## TASK OBJECTIVE
For the entries below, work out how many lines include the string "Check", then write only that number.

Saved entries

▼

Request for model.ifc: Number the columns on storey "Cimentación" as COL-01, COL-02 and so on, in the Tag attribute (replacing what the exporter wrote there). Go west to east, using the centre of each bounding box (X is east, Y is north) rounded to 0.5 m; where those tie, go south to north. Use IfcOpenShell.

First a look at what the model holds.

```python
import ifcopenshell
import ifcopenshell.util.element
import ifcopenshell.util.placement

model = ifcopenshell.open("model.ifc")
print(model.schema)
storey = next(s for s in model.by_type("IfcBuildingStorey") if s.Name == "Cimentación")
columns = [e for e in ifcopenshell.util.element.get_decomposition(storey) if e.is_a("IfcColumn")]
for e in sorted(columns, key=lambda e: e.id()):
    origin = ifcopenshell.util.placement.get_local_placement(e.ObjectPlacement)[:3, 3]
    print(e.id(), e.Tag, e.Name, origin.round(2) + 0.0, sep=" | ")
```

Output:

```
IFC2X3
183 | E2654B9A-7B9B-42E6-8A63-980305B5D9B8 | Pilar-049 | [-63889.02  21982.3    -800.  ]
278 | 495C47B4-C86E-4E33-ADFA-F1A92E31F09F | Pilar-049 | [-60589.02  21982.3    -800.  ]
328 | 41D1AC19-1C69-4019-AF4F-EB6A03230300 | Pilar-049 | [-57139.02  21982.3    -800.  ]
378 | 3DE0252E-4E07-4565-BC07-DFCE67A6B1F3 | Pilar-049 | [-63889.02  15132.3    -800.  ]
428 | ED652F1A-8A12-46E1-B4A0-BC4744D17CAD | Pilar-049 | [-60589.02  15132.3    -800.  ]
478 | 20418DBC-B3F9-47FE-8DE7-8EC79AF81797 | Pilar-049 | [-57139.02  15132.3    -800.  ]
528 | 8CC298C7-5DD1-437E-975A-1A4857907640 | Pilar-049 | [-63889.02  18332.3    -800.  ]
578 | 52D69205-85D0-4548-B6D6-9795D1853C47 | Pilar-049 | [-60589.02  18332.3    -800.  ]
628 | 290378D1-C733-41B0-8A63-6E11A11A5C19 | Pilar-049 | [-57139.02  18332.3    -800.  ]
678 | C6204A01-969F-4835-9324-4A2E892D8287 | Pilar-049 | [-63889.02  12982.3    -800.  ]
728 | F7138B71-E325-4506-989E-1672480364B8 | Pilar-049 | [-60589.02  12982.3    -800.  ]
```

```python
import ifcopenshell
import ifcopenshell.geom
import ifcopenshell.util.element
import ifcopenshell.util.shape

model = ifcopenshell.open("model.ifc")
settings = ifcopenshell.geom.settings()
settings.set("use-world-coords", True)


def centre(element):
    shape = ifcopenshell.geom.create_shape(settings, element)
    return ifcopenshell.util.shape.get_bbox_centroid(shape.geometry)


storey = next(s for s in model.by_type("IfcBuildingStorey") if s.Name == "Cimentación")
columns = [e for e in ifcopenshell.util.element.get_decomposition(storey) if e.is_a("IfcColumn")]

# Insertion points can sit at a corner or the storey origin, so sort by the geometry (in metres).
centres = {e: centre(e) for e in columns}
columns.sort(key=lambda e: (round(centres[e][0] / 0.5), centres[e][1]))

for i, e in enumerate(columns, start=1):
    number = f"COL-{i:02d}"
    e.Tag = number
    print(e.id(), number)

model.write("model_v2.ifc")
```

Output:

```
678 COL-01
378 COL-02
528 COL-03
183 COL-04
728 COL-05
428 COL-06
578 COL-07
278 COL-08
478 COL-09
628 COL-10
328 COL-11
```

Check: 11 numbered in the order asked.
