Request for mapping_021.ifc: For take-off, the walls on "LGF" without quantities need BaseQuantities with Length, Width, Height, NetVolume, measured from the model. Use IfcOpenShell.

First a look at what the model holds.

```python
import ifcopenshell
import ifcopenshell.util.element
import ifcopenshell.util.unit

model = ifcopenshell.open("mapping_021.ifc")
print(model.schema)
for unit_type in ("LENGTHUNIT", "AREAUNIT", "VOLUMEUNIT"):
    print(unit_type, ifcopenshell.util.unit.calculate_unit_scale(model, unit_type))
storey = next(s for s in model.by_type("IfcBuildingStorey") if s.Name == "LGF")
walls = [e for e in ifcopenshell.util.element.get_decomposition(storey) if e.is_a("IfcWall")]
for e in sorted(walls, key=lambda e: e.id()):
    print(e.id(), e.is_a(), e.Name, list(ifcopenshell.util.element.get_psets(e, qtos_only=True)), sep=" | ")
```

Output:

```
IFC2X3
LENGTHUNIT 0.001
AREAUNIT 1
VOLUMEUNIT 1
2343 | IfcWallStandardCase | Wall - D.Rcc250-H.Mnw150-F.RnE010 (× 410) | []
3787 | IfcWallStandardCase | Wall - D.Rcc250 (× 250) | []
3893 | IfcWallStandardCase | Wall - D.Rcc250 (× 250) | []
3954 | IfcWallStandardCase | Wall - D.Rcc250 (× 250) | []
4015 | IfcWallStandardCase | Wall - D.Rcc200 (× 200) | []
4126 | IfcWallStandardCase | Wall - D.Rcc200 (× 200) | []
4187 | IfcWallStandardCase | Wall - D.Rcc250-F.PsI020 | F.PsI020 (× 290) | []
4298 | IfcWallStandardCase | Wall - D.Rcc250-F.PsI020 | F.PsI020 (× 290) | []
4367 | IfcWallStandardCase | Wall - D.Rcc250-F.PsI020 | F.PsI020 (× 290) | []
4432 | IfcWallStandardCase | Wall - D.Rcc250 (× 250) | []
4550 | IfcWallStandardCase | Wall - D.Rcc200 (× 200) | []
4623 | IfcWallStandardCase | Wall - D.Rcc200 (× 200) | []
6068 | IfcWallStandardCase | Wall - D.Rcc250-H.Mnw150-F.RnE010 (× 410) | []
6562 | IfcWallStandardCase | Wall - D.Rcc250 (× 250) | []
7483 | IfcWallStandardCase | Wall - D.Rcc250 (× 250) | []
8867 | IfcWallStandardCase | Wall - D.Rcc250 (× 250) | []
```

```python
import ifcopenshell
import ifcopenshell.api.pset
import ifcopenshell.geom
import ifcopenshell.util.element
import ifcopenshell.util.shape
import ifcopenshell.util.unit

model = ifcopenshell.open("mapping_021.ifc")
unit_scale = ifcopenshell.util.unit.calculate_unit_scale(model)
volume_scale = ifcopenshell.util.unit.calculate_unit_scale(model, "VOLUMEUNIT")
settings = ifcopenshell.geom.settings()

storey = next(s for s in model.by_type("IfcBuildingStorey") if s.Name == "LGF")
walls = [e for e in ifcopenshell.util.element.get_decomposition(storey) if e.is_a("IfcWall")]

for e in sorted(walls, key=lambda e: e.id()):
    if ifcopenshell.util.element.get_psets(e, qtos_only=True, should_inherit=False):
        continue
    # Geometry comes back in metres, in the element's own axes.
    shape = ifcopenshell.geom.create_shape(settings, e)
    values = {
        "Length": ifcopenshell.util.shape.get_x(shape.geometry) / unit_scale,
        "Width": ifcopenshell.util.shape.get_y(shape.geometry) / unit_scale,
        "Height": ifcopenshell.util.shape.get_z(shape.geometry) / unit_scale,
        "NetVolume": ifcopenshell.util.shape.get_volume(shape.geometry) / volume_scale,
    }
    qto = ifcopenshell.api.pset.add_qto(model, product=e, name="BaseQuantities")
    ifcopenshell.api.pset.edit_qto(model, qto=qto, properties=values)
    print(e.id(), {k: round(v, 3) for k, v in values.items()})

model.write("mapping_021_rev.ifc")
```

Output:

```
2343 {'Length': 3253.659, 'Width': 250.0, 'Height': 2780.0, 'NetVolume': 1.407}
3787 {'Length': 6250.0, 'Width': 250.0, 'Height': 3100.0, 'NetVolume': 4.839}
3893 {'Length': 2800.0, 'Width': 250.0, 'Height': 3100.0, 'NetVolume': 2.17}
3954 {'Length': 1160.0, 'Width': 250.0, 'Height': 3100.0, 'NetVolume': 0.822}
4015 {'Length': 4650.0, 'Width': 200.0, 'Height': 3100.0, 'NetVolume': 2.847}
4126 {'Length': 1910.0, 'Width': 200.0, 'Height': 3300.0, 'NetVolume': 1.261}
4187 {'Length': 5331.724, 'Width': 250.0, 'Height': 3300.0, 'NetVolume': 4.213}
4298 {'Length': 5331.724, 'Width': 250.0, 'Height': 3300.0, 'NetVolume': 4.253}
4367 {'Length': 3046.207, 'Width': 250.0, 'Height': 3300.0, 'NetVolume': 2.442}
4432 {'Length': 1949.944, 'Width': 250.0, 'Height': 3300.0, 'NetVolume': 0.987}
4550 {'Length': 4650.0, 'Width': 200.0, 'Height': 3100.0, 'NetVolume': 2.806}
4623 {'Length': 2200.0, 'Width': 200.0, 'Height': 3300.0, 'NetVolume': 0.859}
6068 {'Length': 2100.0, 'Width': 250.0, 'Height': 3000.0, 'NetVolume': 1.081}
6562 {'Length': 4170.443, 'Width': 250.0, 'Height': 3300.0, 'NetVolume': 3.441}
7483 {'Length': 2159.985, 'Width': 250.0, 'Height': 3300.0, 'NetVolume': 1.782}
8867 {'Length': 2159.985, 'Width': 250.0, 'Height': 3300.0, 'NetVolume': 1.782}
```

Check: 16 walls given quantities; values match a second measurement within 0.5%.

▲

## ANSWER
2